>>>>

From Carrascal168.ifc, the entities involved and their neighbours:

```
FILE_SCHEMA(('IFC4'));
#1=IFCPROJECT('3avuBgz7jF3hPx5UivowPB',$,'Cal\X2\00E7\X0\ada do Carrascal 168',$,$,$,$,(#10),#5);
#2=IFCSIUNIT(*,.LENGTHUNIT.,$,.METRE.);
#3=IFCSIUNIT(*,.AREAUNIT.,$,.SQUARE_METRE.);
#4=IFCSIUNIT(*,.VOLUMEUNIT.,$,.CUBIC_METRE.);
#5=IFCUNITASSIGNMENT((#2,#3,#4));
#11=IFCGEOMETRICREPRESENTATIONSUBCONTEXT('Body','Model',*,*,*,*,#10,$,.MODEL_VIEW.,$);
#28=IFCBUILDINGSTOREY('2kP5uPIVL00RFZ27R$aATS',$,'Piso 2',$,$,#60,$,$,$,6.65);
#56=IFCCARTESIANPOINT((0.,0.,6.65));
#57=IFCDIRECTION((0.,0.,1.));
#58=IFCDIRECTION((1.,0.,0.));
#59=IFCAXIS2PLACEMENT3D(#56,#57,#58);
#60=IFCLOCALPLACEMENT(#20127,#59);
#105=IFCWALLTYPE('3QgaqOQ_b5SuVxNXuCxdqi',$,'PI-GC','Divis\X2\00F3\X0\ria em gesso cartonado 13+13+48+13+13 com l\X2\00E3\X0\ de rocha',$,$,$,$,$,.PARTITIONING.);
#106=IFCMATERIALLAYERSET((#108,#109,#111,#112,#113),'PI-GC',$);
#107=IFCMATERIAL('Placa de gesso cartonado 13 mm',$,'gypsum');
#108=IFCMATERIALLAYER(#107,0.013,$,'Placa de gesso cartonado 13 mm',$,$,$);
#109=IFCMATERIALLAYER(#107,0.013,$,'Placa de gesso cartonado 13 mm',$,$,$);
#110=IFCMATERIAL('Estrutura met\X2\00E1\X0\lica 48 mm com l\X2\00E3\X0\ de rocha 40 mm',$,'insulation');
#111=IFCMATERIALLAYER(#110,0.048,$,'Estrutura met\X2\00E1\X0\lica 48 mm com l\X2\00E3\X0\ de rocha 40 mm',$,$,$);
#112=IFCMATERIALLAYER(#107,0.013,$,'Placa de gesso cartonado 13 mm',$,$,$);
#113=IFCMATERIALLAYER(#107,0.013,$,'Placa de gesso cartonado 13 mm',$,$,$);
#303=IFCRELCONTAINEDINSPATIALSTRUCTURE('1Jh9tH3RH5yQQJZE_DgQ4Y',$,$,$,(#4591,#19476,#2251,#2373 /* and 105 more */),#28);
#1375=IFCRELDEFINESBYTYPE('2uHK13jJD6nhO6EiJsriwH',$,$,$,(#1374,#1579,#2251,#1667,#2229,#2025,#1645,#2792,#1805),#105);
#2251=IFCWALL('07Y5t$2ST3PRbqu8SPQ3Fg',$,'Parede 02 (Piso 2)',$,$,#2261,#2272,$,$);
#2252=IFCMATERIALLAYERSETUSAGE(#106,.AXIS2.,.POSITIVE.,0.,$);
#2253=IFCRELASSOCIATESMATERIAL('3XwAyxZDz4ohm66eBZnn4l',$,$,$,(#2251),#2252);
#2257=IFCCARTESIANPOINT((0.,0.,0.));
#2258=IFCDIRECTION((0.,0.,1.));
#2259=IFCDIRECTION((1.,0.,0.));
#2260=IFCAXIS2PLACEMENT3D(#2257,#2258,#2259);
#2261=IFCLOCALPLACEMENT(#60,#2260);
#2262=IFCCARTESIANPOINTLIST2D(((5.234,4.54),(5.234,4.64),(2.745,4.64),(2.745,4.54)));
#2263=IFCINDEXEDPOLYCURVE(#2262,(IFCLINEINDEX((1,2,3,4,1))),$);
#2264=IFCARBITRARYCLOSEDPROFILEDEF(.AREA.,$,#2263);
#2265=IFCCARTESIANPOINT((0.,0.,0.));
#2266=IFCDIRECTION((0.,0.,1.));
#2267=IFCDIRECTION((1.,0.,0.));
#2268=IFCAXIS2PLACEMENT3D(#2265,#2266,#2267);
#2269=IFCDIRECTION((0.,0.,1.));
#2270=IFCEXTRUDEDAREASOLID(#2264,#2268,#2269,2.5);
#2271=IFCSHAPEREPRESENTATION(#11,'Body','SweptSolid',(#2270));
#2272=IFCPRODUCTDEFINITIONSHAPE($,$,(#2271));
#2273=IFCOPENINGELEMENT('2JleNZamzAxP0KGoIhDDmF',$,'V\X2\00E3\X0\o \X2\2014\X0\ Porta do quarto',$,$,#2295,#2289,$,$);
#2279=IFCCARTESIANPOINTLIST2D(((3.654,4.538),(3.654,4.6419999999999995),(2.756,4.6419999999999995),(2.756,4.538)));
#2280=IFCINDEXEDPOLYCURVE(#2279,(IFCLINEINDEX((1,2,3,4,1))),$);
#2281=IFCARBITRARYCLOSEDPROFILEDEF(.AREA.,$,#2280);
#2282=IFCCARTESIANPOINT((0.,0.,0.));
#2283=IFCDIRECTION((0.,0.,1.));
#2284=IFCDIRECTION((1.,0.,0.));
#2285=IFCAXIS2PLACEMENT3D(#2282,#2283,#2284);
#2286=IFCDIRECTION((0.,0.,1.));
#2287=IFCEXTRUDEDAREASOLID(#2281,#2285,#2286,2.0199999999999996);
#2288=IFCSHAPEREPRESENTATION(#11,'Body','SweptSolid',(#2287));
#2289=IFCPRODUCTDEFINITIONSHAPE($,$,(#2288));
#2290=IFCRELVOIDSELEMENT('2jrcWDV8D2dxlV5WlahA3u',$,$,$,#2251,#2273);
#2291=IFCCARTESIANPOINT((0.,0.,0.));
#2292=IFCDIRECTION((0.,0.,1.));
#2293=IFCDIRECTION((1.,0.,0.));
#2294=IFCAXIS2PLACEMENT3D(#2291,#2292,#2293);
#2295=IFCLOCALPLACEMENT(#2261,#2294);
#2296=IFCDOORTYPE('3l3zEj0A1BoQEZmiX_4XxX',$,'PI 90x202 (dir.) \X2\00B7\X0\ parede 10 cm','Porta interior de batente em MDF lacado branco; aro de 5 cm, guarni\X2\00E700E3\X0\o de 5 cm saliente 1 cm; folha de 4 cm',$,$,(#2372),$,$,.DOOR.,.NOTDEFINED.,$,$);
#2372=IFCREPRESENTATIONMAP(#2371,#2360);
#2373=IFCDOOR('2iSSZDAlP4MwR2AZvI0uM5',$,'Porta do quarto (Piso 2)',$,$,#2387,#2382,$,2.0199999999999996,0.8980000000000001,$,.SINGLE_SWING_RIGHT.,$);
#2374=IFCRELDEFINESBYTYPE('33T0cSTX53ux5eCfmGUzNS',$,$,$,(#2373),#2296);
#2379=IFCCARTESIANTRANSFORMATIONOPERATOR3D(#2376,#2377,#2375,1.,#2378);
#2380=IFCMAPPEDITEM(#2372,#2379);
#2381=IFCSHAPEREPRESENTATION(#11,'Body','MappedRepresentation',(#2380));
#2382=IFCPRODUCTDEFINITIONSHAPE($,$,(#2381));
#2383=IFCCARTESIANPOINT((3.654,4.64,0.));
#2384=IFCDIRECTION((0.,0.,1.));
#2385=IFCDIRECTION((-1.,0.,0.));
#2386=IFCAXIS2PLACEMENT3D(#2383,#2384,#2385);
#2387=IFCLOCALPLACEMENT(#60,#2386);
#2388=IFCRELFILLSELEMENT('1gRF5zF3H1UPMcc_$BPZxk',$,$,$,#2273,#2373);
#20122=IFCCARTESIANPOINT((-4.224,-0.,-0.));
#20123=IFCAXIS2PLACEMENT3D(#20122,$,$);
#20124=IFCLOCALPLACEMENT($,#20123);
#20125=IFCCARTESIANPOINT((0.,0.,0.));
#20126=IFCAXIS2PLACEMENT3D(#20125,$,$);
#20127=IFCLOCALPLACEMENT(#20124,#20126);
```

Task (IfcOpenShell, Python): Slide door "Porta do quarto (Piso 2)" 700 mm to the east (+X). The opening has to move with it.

```python
import ifcopenshell
import ifcopenshell.api.geometry
import ifcopenshell.util.placement
import ifcopenshell.util.unit

model = ifcopenshell.open("Carrascal168.ifc")
unit_scale = ifcopenshell.util.unit.calculate_unit_scale(model)

door = model.by_id(2373)
opening = door.FillsVoids[0].RelatingOpeningElement
wall = opening.VoidsElements[0].RelatingBuildingElement

wall_matrix = ifcopenshell.util.placement.get_local_placement(wall.ObjectPlacement)
shift = wall_matrix[:3, 0] * 0.7 / unit_scale
before = ifcopenshell.util.placement.get_local_placement(door.ObjectPlacement)[:3, 3].copy()

# The door is not placed relative to its opening, so move both.
for product in (opening, door):
    matrix = ifcopenshell.util.placement.get_local_placement(product.ObjectPlacement)
    matrix[:3, 3] += shift
    ifcopenshell.api.geometry.edit_object_placement(model, product=product, matrix=matrix, is_si=False)

after = ifcopenshell.util.placement.get_local_placement(door.ObjectPlacement)[:3, 3]
print("door moved by", (after - before).round(3) + 0.0)

model.write("Carrascal168_v2.ifc")
```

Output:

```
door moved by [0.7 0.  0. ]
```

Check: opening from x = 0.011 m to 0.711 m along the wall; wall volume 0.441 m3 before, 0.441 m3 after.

<<<<

• Work required: Could you find every line in the records above that has the string "IFCSHAPEREPRESENTATION" and copy it?

• Finished task:
#2271=IFCSHAPEREPRESENTATION(#11,'Body','SweptSolid',(#2270));
#2288=IFCSHAPEREPRESENTATION(#11,'Body','SweptSolid',(#2287));
#2381=IFCSHAPEREPRESENTATION(#11,'Body','MappedRepresentation',(#2380));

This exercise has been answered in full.